Source records:
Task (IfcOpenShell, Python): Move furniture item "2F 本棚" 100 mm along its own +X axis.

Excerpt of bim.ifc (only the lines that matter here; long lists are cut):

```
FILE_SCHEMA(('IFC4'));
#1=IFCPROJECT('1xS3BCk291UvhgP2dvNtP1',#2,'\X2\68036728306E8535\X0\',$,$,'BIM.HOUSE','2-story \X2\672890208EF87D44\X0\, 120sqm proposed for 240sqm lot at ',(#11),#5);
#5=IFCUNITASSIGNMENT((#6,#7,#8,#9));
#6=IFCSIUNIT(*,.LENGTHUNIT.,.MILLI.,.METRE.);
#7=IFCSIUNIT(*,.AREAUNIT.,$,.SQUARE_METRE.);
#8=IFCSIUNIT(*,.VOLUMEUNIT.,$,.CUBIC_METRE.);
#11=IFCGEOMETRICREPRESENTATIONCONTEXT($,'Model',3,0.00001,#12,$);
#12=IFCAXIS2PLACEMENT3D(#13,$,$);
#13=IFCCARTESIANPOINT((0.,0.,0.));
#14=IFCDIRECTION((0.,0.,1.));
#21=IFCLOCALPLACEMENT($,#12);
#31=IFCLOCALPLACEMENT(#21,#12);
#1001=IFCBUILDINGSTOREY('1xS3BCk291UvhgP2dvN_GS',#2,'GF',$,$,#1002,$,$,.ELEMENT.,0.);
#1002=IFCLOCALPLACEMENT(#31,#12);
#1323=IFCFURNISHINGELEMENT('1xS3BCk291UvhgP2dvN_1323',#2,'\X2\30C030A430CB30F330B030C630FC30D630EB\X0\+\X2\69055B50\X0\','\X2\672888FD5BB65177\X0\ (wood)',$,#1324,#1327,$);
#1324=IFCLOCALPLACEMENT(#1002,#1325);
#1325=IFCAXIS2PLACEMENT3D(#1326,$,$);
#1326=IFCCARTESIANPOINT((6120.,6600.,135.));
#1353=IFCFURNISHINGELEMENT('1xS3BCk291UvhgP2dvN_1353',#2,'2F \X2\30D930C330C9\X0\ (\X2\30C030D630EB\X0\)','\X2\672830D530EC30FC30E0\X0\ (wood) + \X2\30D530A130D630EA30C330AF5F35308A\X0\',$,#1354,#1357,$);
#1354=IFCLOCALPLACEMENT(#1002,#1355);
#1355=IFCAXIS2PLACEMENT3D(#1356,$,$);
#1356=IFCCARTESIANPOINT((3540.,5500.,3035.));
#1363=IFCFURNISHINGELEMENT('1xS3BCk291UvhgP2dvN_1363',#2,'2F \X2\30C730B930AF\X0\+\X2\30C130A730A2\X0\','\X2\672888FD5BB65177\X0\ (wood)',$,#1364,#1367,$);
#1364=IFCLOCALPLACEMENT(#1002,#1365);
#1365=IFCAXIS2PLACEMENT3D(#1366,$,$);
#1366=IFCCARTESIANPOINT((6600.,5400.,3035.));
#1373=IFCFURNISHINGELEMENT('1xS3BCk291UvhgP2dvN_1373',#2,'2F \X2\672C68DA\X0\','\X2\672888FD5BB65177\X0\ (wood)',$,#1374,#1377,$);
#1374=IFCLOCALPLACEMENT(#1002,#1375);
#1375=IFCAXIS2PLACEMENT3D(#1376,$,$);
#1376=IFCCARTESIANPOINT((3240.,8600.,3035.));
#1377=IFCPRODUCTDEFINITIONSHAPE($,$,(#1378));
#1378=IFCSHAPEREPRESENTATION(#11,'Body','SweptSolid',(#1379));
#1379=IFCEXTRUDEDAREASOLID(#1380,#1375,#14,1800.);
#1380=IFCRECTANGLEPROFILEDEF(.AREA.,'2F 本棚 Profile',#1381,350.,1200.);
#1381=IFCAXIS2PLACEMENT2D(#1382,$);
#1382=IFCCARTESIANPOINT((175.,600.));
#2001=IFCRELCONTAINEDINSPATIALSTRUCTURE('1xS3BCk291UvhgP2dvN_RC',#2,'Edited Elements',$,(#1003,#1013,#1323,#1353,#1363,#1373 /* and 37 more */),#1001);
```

```python
import ifcopenshell
import ifcopenshell.api.geometry
import ifcopenshell.util.placement
import ifcopenshell.util.unit

model = ifcopenshell.open("bim.ifc")
unit_scale = ifcopenshell.util.unit.calculate_unit_scale(model)

item = model.by_guid("1xS3BCk291UvhgP2dvN_1373")
matrix = ifcopenshell.util.placement.get_local_placement(item.ObjectPlacement)
matrix[:3, 3] += matrix[:3, 0] * 0.1 / unit_scale
ifcopenshell.api.geometry.edit_object_placement(model, product=item, matrix=matrix, is_si=False)

print(ifcopenshell.util.placement.get_local_placement(item.ObjectPlacement).round(3) + 0.0)

model.write("bim_edited.ifc")
```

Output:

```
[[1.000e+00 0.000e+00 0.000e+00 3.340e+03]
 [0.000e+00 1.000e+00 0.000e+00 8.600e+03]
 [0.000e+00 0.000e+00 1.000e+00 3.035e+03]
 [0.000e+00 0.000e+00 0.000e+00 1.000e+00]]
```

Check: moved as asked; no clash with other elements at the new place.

Task to complete: Retype the entries one by one, exactly.

Result of the task:
Task (IfcOpenShell, Python): Move furniture item "2F 本棚" 100 mm along its own +X axis.

Excerpt of bim.ifc (only the lines that matter here; long lists are cut):

```
FILE_SCHEMA(('IFC4'));
#1=IFCPROJECT('1xS3BCk291UvhgP2dvNtP1',#2,'\X2\68036728306E8535\X0\',$,$,'BIM.HOUSE','2-story \X2\672890208EF87D44\X0\, 120sqm proposed for 240sqm lot at ',(#11),#5);
#5=IFCUNITASSIGNMENT((#6,#7,#8,#9));
#6=IFCSIUNIT(*,.LENGTHUNIT.,.MILLI.,.METRE.);
#7=IFCSIUNIT(*,.AREAUNIT.,$,.SQUARE_METRE.);
#8=IFCSIUNIT(*,.VOLUMEUNIT.,$,.CUBIC_METRE.);
#11=IFCGEOMETRICREPRESENTATIONCONTEXT($,'Model',3,0.00001,#12,$);
#12=IFCAXIS2PLACEMENT3D(#13,$,$);
#13=IFCCARTESIANPOINT((0.,0.,0.));
#14=IFCDIRECTION((0.,0.,1.));
#21=IFCLOCALPLACEMENT($,#12);
#31=IFCLOCALPLACEMENT(#21,#12);
#1001=IFCBUILDINGSTOREY('1xS3BCk291UvhgP2dvN_GS',#2,'GF',$,$,#1002,$,$,.ELEMENT.,0.);
#1002=IFCLOCALPLACEMENT(#31,#12);
#1323=IFCFURNISHINGELEMENT('1xS3BCk291UvhgP2dvN_1323',#2,'\X2\30C030A430CB30F330B030C630FC30D630EB\X0\+\X2\69055B50\X0\','\X2\672888FD5BB65177\X0\ (wood)',$,#1324,#1327,$);
#1324=IFCLOCALPLACEMENT(#1002,#1325);
#1325=IFCAXIS2PLACEMENT3D(#1326,$,$);
#1326=IFCCARTESIANPOINT((6120.,6600.,135.));
#1353=IFCFURNISHINGELEMENT('1xS3BCk291UvhgP2dvN_1353',#2,'2F \X2\30D930C330C9\X0\ (\X2\30C030D630EB\X0\)','\X2\672830D530EC30FC30E0\X0\ (wood) + \X2\30D530A130D630EA30C330AF5F35308A\X0\',$,#1354,#1357,$);
#1354=IFCLOCALPLACEMENT(#1002,#1355);
#1355=IFCAXIS2PLACEMENT3D(#1356,$,$);
#1356=IFCCARTESIANPOINT((3540.,5500.,3035.));
#1363=IFCFURNISHINGELEMENT('1xS3BCk291UvhgP2dvN_1363',#2,'2F \X2\30C730B930AF\X0\+\X2\30C130A730A2\X0\','\X2\672888FD5BB65177\X0\ (wood)',$,#1364,#1367,$);
#1364=IFCLOCALPLACEMENT(#1002,#1365);
#1365=IFCAXIS2PLACEMENT3D(#1366,$,$);
#1366=IFCCARTESIANPOINT((6600.,5400.,3035.));
#1373=IFCFURNISHINGELEMENT('1xS3BCk291UvhgP2dvN_1373',#2,'2F \X2\672C68DA\X0\','\X2\672888FD5BB65177\X0\ (wood)',$,#1374,#1377,$);
#1374=IFCLOCALPLACEMENT(#1002,#1375);
#1375=IFCAXIS2PLACEMENT3D(#1376,$,$);
#1376=IFCCARTESIANPOINT((3240.,8600.,3035.));
#1377=IFCPRODUCTDEFINITIONSHAPE($,$,(#1378));
#1378=IFCSHAPEREPRESENTATION(#11,'Body','SweptSolid',(#1379));
#1379=IFCEXTRUDEDAREASOLID(#1380,#1375,#14,1800.);
#1380=IFCRECTANGLEPROFILEDEF(.AREA.,'2F 本棚 Profile',#1381,350.,1200.);
#1381=IFCAXIS2PLACEMENT2D(#1382,$);
#1382=IFCCARTESIANPOINT((175.,600.));
#2001=IFCRELCONTAINEDINSPATIALSTRUCTURE('1xS3BCk291UvhgP2dvN_RC',#2,'Edited Elements',$,(#1003,#1013,#1323,#1353,#1363,#1373 /* and 37 more */),#1001);
```

```python
import ifcopenshell
import ifcopenshell.api.geometry
import ifcopenshell.util.placement
import ifcopenshell.util.unit

model = ifcopenshell.open("bim.ifc")
unit_scale = ifcopenshell.util.unit.calculate_unit_scale(model)

item = model.by_guid("1xS3BCk291UvhgP2dvN_1373")
matrix = ifcopenshell.util.placement.get_local_placement(item.ObjectPlacement)
matrix[:3, 3] += matrix[:3, 0] * 0.1 / unit_scale
ifcopenshell.api.geometry.edit_object_placement(model, product=item, matrix=matrix, is_si=False)

print(ifcopenshell.util.placement.get_local_placement(item.ObjectPlacement).round(3) + 0.0)

model.write("bim_edited.ifc")
```

Output:

```
[[1.000e+00 0.000e+00 0.000e+00 3.340e+03]
 [0.000e+00 1.000e+00 0.000e+00 8.600e+03]
 [0.000e+00 0.000e+00 1.000e+00 3.035e+03]
 [0.000e+00 0.000e+00 0.000e+00 1.000e+00]]
```

Check: moved as asked; no clash with other elements at the new place.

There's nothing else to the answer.